Every line of the records that holds the word "IFCMATERIAL" should be copied out.

▬▬▬▬▬▬

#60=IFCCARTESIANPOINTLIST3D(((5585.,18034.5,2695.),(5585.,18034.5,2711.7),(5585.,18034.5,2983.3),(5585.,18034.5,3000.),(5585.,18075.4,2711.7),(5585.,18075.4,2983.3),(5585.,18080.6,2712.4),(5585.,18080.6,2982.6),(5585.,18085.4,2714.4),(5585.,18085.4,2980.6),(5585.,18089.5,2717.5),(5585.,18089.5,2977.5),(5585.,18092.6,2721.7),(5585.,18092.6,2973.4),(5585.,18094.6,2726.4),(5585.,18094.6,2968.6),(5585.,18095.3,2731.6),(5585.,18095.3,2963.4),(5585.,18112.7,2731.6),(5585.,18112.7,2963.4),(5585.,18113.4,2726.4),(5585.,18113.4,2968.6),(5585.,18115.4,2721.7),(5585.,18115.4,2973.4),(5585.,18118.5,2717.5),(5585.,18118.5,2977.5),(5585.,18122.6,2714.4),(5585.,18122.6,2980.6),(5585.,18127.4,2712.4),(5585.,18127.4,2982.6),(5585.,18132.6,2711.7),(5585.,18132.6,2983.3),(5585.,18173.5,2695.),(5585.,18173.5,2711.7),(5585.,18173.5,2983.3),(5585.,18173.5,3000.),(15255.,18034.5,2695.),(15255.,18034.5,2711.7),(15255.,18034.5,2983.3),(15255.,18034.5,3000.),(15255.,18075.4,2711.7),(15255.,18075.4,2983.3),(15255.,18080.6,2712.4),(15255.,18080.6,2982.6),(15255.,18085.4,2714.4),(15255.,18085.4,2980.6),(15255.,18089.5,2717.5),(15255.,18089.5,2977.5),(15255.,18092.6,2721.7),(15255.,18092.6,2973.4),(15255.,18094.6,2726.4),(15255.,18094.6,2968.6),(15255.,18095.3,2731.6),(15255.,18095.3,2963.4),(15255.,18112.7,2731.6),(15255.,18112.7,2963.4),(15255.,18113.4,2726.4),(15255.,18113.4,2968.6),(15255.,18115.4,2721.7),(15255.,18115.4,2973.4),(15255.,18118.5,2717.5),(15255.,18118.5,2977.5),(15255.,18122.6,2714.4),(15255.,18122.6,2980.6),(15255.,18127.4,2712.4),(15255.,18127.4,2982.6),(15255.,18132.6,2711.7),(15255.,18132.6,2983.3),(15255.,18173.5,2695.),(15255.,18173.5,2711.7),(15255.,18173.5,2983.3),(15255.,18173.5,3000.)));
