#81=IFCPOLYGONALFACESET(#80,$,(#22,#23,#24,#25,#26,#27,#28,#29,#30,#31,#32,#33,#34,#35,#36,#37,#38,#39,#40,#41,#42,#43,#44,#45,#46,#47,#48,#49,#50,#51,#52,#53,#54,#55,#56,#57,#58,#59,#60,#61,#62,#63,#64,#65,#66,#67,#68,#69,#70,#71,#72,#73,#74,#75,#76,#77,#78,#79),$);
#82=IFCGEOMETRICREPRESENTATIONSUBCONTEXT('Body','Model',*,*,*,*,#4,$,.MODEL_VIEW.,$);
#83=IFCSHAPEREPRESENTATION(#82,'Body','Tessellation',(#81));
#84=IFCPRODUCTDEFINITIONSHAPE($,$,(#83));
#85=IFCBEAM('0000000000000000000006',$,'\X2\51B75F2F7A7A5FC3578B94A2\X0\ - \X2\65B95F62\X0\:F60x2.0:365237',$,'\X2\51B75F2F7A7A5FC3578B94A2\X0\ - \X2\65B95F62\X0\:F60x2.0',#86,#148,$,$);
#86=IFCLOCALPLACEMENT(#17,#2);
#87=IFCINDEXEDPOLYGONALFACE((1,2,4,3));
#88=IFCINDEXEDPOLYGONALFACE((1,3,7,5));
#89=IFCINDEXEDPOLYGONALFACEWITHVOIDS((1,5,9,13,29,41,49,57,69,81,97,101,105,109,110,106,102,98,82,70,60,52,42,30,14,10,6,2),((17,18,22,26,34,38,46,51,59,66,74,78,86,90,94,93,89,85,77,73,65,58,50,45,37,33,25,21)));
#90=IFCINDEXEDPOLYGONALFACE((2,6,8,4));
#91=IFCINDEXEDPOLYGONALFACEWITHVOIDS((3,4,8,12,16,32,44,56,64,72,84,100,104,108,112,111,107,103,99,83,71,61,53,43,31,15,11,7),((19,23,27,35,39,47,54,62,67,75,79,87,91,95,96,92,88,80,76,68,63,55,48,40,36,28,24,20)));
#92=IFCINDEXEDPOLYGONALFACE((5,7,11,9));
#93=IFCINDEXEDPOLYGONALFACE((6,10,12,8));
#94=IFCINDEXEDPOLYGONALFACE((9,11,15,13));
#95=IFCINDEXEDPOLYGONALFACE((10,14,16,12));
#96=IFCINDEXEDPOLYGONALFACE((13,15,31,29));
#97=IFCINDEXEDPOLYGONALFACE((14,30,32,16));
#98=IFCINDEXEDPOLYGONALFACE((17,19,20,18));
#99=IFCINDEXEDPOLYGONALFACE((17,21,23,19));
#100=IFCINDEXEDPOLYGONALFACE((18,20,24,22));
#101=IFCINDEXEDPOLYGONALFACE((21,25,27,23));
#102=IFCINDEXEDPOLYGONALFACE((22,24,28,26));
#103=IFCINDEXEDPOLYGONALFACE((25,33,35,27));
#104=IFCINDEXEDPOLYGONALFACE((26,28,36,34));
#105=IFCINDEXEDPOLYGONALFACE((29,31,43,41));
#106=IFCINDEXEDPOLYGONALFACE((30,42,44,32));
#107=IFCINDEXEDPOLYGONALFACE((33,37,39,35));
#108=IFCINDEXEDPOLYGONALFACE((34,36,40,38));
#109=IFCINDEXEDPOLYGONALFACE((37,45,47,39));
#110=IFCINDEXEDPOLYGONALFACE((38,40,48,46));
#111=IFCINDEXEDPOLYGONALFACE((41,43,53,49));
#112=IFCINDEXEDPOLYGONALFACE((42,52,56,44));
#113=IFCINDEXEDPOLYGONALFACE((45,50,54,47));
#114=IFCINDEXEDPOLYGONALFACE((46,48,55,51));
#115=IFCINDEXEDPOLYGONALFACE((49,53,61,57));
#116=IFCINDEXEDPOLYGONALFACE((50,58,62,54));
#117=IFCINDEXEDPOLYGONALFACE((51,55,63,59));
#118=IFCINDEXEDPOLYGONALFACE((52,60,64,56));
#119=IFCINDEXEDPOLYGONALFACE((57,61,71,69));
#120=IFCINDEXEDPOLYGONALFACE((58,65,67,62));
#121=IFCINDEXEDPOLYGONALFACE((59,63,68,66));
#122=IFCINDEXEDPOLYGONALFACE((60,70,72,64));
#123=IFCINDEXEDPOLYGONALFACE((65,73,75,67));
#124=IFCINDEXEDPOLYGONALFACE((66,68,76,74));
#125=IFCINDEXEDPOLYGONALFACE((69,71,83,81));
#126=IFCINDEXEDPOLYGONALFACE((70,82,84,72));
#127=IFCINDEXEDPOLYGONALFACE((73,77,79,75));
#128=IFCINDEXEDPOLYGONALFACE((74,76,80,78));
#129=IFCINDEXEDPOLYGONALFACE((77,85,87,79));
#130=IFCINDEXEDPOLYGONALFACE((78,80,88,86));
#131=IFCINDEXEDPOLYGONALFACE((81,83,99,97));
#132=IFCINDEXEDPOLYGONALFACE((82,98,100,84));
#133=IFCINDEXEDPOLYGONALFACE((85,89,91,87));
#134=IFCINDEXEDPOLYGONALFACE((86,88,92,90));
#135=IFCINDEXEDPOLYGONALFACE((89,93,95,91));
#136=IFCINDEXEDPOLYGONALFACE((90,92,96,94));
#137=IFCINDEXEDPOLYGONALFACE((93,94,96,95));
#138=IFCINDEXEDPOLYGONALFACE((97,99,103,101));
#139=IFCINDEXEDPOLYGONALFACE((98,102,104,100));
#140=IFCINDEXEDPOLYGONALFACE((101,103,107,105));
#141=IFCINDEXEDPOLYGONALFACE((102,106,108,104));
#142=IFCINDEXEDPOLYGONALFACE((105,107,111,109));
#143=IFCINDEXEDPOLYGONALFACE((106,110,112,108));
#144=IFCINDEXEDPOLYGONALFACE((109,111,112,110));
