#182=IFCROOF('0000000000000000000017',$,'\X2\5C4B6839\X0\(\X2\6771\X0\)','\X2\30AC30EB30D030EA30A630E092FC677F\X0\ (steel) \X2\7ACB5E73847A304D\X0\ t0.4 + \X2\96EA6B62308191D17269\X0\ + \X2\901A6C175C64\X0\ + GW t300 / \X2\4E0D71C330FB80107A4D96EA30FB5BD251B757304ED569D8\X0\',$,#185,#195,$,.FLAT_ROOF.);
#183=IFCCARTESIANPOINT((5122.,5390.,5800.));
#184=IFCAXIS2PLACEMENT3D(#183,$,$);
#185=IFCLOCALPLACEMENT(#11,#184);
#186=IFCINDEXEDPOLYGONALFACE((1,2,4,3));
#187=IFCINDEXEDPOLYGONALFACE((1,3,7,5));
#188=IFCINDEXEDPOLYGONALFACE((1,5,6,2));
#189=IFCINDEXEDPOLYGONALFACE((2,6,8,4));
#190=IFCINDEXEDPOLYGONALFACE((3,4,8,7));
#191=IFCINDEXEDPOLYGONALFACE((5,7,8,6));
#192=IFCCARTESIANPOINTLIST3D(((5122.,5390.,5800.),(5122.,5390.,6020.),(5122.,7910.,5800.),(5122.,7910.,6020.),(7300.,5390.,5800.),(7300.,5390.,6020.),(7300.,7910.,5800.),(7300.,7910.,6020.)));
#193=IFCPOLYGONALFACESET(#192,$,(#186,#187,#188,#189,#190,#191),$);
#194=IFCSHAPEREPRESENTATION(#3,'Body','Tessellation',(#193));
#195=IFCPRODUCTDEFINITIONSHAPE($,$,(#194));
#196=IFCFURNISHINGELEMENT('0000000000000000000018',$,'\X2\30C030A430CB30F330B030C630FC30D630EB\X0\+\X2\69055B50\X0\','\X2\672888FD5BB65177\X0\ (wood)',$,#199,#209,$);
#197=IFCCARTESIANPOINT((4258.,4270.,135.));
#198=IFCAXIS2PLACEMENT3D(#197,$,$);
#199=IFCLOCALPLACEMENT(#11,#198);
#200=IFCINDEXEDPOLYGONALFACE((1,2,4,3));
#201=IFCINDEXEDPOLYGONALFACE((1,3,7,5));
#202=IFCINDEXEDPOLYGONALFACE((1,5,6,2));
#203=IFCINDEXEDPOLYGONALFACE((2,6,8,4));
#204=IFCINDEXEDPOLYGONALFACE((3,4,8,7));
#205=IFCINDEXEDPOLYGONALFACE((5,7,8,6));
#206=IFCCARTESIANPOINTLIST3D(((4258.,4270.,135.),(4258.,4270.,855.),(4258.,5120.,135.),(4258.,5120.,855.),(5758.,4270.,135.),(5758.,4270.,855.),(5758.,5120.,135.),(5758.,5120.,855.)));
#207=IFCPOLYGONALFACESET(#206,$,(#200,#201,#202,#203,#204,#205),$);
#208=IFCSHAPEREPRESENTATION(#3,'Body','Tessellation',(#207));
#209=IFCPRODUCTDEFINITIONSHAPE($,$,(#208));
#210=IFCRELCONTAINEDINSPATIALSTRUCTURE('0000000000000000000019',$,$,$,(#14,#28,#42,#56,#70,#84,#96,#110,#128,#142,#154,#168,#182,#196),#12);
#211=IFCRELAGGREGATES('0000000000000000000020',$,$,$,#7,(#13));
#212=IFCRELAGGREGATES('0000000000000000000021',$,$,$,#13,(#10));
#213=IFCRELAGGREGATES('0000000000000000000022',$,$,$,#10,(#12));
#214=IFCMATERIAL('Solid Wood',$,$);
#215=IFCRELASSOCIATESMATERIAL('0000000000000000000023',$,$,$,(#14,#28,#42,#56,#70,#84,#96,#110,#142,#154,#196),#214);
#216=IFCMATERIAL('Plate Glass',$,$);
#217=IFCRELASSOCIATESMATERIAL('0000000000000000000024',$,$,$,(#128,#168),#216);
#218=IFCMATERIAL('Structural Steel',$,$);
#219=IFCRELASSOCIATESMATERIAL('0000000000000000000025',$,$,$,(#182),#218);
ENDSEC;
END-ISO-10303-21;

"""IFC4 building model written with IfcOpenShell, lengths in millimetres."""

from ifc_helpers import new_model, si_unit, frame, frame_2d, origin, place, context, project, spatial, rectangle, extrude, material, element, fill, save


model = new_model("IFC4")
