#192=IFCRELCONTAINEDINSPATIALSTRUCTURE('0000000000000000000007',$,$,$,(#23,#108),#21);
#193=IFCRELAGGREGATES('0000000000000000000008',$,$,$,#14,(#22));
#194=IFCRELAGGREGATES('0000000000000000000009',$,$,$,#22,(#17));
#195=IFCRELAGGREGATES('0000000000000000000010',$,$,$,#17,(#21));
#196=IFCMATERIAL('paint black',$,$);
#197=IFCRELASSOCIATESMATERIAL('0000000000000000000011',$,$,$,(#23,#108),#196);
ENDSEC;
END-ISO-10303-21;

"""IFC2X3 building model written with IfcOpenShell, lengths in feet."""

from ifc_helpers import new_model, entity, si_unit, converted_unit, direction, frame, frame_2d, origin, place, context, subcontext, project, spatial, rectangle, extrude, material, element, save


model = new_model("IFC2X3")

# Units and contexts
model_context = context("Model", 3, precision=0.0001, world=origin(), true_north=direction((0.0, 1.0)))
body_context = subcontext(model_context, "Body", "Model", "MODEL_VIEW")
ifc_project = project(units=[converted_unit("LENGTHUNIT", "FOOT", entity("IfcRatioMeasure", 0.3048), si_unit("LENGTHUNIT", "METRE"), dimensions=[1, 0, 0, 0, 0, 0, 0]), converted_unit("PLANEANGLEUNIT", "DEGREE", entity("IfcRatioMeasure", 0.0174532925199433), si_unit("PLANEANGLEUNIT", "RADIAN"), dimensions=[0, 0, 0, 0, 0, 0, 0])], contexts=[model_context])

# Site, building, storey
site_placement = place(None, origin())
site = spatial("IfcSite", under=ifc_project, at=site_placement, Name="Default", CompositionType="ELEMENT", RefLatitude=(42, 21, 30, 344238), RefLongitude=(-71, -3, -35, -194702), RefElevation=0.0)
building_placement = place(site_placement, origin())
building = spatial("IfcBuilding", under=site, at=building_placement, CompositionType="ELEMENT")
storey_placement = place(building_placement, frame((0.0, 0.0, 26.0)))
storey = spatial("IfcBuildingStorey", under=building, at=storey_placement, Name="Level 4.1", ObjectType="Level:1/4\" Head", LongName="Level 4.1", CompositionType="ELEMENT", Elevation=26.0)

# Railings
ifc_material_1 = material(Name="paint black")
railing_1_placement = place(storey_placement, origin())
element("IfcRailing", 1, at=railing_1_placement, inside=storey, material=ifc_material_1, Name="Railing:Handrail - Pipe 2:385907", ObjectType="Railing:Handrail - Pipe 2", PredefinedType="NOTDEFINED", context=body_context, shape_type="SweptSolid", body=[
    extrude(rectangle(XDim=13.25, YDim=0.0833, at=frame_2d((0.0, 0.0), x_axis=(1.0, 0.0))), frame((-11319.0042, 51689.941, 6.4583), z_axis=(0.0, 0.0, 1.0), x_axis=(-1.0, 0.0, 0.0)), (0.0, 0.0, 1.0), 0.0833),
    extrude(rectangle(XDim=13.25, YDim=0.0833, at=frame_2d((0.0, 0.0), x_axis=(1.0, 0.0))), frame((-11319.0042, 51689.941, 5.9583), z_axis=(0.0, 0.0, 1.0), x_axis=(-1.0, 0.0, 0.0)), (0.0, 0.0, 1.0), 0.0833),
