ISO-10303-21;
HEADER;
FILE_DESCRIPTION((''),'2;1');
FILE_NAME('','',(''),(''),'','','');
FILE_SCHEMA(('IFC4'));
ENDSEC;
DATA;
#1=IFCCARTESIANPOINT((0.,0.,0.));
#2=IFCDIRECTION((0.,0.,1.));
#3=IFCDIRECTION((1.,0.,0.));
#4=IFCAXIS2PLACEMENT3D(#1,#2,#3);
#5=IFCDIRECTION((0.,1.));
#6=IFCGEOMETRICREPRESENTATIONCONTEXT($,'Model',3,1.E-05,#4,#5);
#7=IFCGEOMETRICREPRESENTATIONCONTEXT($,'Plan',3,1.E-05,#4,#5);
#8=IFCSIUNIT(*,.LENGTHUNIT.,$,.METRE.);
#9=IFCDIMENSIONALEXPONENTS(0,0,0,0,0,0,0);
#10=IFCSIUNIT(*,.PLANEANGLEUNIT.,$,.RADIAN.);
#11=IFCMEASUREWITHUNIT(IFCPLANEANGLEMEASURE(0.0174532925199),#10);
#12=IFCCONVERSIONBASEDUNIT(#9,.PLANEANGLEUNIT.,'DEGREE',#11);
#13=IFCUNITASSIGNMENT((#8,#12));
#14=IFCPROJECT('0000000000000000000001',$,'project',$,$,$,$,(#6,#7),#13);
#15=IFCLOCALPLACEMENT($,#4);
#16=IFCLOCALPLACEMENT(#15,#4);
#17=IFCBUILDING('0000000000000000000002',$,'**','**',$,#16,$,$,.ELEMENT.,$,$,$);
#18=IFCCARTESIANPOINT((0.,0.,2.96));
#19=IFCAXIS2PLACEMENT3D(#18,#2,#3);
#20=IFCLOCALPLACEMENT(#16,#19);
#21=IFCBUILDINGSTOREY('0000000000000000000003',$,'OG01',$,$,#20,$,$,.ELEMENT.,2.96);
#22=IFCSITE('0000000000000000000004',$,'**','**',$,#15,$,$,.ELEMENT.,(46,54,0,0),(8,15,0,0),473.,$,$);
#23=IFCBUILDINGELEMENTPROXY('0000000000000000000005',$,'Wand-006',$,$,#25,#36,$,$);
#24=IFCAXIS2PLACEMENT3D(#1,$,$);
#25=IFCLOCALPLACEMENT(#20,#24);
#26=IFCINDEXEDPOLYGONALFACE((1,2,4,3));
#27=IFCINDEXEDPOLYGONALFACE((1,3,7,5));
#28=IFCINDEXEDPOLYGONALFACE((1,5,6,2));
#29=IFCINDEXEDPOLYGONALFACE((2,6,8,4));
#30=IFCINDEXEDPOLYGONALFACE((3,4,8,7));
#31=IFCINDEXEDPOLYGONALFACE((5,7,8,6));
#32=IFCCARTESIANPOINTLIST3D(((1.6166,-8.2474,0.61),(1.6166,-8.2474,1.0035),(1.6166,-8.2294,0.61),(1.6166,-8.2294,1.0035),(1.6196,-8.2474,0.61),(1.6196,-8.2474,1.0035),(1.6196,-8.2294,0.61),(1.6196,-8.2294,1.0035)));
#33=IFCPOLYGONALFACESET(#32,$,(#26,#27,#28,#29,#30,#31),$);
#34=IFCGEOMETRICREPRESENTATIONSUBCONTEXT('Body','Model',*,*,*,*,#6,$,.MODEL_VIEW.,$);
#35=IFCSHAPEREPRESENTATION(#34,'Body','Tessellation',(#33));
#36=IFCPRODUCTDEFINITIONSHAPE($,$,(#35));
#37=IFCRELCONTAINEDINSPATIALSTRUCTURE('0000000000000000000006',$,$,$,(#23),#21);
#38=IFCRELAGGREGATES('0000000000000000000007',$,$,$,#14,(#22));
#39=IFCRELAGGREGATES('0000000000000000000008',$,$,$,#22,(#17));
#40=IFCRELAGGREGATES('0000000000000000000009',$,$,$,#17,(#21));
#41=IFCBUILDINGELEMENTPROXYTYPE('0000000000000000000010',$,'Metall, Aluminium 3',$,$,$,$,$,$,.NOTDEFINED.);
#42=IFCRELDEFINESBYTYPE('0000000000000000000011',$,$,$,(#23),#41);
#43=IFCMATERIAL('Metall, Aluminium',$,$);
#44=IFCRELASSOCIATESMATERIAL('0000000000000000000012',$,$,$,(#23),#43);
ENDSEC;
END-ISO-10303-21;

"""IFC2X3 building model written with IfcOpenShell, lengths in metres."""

from ifc_helpers import new_model, entity, si_unit, converted_unit, direction, frame, origin_with_axes, place, context, subcontext, project, spatial, polyline, outline, extrude, material, type_object, element, save


model = new_model("IFC2X3")

# Units and contexts
model_context = context("Model", 3, precision=1e-05, world=origin_with_axes(), true_north=direction((0.0, 1.0)))
plan_context = context("Plan", 3, precision=1e-05, world=origin_with_axes(), true_north=direction((0.0, 1.0)))
body_context = subcontext(model_context, "Body", "Model", "MODEL_VIEW")
ifc_project = project(units=[si_unit("LENGTHUNIT", "METRE"), converted_unit("PLANEANGLEUNIT", "DEGREE", entity("IfcPlaneAngleMeasure", 0.0174532925199), si_unit("PLANEANGLEUNIT", "RADIAN"), dimensions=[0, 0, 0, 0, 0, 0, 0])], contexts=[model_context, plan_context])

# Site, building, storey
site_placement = place(None, origin_with_axes())
site = spatial("IfcSite", under=ifc_project, at=site_placement, Name="**", Description="**", CompositionType="ELEMENT", RefLatitude=(46, 54, 0, 0), RefLongitude=(8, 15, 0, 0), RefElevation=473.0)
building_placement = place(site_placement, origin_with_axes())
building = spatial("IfcBuilding", under=site, at=building_placement, Name="**", Description="**", CompositionType="ELEMENT")
storey_placement = place(building_placement, frame((0.0, 0.0, 2.96), z_axis=(0.0, 0.0, 1.0), x_axis=(1.0, 0.0, 0.0)))
storey = spatial("IfcBuildingStorey", under=building, at=storey_placement, Name="OG01", CompositionType="ELEMENT", Elevation=2.96)

# Building element proxy
ifc_material_1 = material(Name="Metall, Aluminium")
building_element_proxy_type_1 = type_object("IfcBuildingElementProxyType", Name="Metall, Aluminium 3", PredefinedType="NOTDEFINED")
proxy_1_placement = place(storey_placement, frame((1.6166, -8.2294, 0.61), z_axis=(0.0, 0.0, 1.0), x_axis=(0.0, -1.0, 0.0)))
element("IfcBuildingElementProxy", 1, at=proxy_1_placement, inside=storey, type_object=building_element_proxy_type_1, material=ifc_material_1, Name="Wand-006", context=body_context, shape_type="SweptSolid", body=[
    extrude(outline(polyline([(0.0, 0.0), (0.018, 0.0), (0.018, 0.003), (0.0, 0.003), (0.0, 0.0)])), origin_with_axes(), (0.0, 0.0, 1.0), 0.3935),
])

save(model, "model.ifc")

▬▬▬▬▬▬

> **Your solution**:
#214=IFCMATERIAL('Solid Wood',$,$);
#216=IFCMATERIAL('Plate Glass',$,$);
#218=IFCMATERIAL('Structural Steel',$,$);
#196=IFCMATERIAL('paint black',$,$);
#43=IFCMATERIAL('Metall, Aluminium',$,$);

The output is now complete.